Work order:
Please find all lines in the data that hold the string "MILLI" and copy them.

Provided records:
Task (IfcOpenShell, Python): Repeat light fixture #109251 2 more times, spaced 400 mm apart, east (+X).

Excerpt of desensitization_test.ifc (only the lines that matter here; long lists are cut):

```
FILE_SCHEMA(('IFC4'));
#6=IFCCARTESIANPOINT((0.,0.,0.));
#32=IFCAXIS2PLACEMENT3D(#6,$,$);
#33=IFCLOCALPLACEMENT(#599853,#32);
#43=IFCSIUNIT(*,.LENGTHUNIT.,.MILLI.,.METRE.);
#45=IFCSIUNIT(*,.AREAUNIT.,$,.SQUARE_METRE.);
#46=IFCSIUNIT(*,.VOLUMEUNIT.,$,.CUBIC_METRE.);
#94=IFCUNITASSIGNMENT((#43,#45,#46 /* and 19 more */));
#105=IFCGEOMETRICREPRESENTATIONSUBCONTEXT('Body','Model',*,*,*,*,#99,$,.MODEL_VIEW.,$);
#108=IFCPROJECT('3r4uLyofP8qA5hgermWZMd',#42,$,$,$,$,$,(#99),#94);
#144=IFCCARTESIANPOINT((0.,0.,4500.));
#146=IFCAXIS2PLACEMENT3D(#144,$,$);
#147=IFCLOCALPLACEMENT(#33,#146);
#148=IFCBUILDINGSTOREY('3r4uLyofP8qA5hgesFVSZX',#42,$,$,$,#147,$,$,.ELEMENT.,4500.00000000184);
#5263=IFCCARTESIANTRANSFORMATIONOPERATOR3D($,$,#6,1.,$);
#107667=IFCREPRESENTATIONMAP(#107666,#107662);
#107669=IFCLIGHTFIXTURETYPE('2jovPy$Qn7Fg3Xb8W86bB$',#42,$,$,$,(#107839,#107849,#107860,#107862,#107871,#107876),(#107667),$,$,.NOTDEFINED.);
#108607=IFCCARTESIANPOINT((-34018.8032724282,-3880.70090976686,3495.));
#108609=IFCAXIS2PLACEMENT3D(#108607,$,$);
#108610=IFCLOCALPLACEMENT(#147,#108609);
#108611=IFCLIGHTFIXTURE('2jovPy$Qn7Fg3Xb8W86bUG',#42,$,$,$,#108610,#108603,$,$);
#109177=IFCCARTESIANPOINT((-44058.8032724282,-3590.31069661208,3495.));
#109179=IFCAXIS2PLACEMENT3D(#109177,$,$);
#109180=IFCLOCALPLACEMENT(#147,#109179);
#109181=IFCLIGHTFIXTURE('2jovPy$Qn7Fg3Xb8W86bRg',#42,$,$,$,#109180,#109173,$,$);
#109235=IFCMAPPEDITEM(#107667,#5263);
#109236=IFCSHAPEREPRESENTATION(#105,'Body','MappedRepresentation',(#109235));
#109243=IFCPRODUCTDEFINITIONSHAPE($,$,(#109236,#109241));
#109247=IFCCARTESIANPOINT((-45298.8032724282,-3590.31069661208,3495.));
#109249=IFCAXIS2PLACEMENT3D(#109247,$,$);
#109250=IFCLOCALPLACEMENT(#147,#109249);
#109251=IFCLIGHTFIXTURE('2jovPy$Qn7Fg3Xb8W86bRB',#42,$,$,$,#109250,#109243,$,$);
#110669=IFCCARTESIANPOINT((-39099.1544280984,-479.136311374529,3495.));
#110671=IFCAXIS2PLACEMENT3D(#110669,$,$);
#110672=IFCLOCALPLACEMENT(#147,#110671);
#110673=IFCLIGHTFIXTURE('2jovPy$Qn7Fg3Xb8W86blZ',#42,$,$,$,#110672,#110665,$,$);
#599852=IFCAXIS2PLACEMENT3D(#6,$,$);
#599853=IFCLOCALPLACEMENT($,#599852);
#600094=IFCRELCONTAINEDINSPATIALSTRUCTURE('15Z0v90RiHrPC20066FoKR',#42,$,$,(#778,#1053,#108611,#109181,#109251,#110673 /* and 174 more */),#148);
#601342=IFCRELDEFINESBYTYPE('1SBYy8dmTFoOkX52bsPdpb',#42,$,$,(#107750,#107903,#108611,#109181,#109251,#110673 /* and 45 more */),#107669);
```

```python
import numpy as np
import ifcopenshell
import ifcopenshell.api.geometry
import ifcopenshell.api.root
import ifcopenshell.util.element
import ifcopenshell.util.placement
import ifcopenshell.util.unit

model = ifcopenshell.open("desensitization_test.ifc")
unit_scale = ifcopenshell.util.unit.calculate_unit_scale(model)


def reuse_history(source, copy):
    """copy_class also copies each property set's owner history, people and application; keep the originals."""
    for rel in copy.IsDefinedBy:
        if rel.is_a("IfcRelDefinesByProperties") and (history := rel.RelatingPropertyDefinition.OwnerHistory):
            rel.RelatingPropertyDefinition.OwnerHistory = source.OwnerHistory
            ifcopenshell.util.element.remove_deep2(model, history)


source = model.by_guid("2jovPy$Qn7Fg3Xb8W86bRB")
base = ifcopenshell.util.placement.get_local_placement(source.ObjectPlacement)
step = np.array([1.0, 0.0, 0.0]) * 0.4 / unit_scale

for i in range(1, 3):
    copy = ifcopenshell.api.root.copy_class(model, product=source)
    copy.Representation = ifcopenshell.util.element.copy_deep(
        model, source.Representation, exclude=["IfcGeometricRepresentationContext", "IfcRepresentationMap"]
    )
    reuse_history(source, copy)
    matrix = base.copy()
    matrix[:3, 3] += i * step
    print("added at", matrix[:3, 3].round(3) + 0.0)
    ifcopenshell.api.geometry.edit_object_placement(model, product=copy, matrix=matrix, is_si=False)

model.write("desensitization_test_v2.ifc")
```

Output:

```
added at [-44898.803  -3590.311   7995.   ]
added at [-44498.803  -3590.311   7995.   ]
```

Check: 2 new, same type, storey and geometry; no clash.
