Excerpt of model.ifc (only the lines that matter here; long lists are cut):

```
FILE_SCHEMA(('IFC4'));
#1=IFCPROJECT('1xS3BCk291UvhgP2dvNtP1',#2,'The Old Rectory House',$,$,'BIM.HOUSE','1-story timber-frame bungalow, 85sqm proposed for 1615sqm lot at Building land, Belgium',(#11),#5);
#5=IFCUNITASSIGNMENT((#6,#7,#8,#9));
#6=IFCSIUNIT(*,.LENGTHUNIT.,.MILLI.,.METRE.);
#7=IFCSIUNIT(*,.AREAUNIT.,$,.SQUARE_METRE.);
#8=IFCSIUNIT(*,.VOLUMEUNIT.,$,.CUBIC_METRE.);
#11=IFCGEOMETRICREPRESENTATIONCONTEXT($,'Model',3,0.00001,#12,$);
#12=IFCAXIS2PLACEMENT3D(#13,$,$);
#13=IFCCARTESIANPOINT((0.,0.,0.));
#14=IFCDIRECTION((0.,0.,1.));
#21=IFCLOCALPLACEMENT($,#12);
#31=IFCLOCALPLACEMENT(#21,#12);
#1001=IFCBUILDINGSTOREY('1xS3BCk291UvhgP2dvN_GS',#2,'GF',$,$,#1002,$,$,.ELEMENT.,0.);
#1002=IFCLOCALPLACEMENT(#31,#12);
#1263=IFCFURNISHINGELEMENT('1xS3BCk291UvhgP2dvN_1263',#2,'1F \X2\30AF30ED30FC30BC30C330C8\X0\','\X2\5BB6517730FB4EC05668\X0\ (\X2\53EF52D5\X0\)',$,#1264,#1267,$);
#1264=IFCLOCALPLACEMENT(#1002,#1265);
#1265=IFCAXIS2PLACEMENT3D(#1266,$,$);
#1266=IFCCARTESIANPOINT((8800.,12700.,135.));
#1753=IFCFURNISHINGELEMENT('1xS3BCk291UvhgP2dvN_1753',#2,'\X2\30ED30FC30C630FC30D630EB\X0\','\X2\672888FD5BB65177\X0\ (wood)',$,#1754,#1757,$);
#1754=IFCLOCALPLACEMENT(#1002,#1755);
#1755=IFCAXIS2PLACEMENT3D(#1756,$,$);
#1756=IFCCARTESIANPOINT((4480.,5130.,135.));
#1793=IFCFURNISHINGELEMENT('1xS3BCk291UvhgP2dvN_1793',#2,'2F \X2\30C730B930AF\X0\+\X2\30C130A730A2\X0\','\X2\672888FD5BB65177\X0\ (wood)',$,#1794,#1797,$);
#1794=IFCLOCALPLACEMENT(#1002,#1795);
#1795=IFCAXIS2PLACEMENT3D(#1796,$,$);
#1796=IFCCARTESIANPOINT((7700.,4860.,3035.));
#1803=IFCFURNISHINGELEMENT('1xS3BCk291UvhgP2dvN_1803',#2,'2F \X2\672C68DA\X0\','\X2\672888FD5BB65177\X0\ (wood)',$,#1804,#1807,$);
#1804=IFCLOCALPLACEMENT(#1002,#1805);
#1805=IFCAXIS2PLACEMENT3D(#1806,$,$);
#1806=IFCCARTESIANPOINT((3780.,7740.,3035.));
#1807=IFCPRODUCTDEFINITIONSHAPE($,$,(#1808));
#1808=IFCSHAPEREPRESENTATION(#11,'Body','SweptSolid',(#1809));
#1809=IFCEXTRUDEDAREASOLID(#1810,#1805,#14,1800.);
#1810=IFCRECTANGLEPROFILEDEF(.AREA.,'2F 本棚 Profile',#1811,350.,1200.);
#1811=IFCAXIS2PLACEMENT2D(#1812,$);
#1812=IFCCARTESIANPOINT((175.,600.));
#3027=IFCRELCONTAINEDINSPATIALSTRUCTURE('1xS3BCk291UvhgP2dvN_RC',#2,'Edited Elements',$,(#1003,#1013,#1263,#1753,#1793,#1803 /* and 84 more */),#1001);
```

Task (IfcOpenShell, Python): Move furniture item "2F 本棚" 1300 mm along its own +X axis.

```python
import ifcopenshell
import ifcopenshell.api.geometry
import ifcopenshell.util.placement
import ifcopenshell.util.unit

model = ifcopenshell.open("model.ifc")
unit_scale = ifcopenshell.util.unit.calculate_unit_scale(model)

item = model.by_guid("1xS3BCk291UvhgP2dvN_1803")
matrix = ifcopenshell.util.placement.get_local_placement(item.ObjectPlacement)
matrix[:3, 3] += matrix[:3, 0] * 1.3 / unit_scale
ifcopenshell.api.geometry.edit_object_placement(model, product=item, matrix=matrix, is_si=False)

print(ifcopenshell.util.placement.get_local_placement(item.ObjectPlacement).round(3) + 0.0)

model.write("model_updated.ifc")
```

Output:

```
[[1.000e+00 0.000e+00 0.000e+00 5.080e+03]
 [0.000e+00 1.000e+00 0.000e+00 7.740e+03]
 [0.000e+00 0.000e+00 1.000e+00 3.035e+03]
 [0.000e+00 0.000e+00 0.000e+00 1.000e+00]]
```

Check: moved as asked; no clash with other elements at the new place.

Solution to this exercise:
#43=IFCSIUNIT(*,.LENGTHUNIT.,.MILLI.,.METRE.);
#6=IFCSIUNIT(*,.LENGTHUNIT.,.MILLI.,.METRE.);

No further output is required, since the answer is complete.